The modern field of Forensic Engineering evaluates the origin, cause, and duration of failed building components. As many failed components are subject to insurance claims and legal probes, a scientific methodology for evaluating such events is inherently valuable. Due to the potential for widespread interior finish damage, failed plumbing supply components are commonly encountered during forensic evaluations. Plumbing pipes themselves and properly soldered fittings rarely fail. Consequently, many failures correspond to mechanical fittings which form connections from pipes to plumbing fixtures. The results of this study provide a scientific methodology to evaluate the duration of connection leaks by quantifying the extent of corrosion, patina, and accumulated deposits on various components by creating and evaluating slow plumbing supply component connection leaks.

1. Introduction

This paper is arranged by providing a general explanation of plumbing supply and the significance of compression fittings, followed by a corresponding explanation and depiction of the study means and methods. A basis for color depth analysis is provided, before illustrating the application of color scale compared to actual specimen photos. Color depth data is graphed and plotted against time to provide a visual depiction for analysis. A comprehensive discussion of data trends accompanies the graph. Finally, definitive conclusions are presented, supported by the gathered data.

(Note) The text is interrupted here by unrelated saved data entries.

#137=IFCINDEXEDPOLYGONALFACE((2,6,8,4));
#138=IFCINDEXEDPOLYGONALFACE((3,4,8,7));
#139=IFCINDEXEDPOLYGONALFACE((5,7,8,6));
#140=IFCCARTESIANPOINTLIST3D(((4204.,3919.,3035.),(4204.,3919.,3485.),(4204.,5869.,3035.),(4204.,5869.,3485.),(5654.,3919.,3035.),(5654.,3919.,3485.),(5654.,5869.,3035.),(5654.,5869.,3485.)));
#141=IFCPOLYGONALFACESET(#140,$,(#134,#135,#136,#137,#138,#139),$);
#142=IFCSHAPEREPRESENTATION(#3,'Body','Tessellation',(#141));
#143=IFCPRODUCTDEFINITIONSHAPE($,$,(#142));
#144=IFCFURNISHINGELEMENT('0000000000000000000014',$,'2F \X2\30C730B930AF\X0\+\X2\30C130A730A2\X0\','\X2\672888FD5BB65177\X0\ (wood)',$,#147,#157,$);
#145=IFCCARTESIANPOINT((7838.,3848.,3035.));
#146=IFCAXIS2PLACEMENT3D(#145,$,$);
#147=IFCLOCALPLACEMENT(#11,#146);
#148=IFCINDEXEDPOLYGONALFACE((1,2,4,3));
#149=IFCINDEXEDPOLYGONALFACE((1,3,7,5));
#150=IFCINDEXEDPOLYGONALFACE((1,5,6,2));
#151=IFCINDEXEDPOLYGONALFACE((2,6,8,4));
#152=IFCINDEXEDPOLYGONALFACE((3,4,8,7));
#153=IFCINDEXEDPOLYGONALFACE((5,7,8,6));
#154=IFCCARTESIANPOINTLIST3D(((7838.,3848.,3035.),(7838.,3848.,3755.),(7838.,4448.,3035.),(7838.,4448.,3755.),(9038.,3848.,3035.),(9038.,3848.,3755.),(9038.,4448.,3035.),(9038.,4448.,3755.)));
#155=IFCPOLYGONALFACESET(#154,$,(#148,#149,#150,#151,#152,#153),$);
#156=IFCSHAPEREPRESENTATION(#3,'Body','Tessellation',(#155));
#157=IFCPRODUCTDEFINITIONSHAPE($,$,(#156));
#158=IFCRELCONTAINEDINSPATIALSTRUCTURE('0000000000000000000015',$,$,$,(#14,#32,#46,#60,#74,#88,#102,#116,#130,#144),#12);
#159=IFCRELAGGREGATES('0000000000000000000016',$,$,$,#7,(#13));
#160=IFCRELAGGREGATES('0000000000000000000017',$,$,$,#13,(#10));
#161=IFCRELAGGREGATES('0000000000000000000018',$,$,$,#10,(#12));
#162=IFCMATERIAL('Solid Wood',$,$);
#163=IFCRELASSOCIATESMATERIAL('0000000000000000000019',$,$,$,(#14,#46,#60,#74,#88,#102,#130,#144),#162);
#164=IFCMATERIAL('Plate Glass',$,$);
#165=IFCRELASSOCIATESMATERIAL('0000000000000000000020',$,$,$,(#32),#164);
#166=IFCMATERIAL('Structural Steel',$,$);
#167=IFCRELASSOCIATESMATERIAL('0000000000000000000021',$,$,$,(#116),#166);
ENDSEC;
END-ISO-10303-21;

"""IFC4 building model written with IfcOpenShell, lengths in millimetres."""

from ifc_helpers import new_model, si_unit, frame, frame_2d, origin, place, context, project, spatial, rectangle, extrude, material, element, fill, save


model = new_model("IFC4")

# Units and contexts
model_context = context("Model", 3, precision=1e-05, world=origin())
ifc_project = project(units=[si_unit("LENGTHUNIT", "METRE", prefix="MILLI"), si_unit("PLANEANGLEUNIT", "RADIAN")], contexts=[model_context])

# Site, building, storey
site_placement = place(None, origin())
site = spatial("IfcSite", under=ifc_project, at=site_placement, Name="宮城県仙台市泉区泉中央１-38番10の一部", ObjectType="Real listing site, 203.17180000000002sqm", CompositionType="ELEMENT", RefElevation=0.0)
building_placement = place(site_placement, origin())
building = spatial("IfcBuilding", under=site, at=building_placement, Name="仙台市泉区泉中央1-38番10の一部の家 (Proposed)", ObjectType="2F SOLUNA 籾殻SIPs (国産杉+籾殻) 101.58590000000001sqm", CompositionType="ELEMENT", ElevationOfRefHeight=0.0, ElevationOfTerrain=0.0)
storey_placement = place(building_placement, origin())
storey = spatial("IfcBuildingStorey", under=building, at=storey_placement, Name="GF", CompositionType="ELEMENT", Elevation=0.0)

Potable water is supplied to buildings through a pressurized system of pipes, leading from municipal plants to end users in commercial and residential buildings. Elevated pressure ensures adequate distribution through this network. The pressurized system ensures that water will continuously exit pipes in the event of the failure of a plumbing supply component under constant pressure [1] [2] [3]. In the United States, materials must be approved by regional building codes to be utilized as plumbing supply pipes. Galvanized steel pipe was commonly utilized in the 1970’s, while PEX, or crosslinked polyethylene, and CPVC, Chlorinated Polyvinyl Chloride, are currently approved by some states [4] [5]. Due to its reliability and durability, copper has historically been and currently is the most commonly utilized material for plumbing supply pipes in the United States.

Copper pipes connect to municipal service and extend through commercial and residential building interiors. Pipes are then connected to sink fixtures by way of a terminating supply valve and flexible supply lines. Multiple connections are found in a small area, thereby increasing the potential for failures. Many such connections rely on compression fittings. Compression fittings function by compressing an inner sleeve slid over the pipe against a tightened outer nut to provide a watertight seal [6]. Compression fittings may spontaneously, partially, or completely fail and release varying amounts of water, slowly or catastrophically.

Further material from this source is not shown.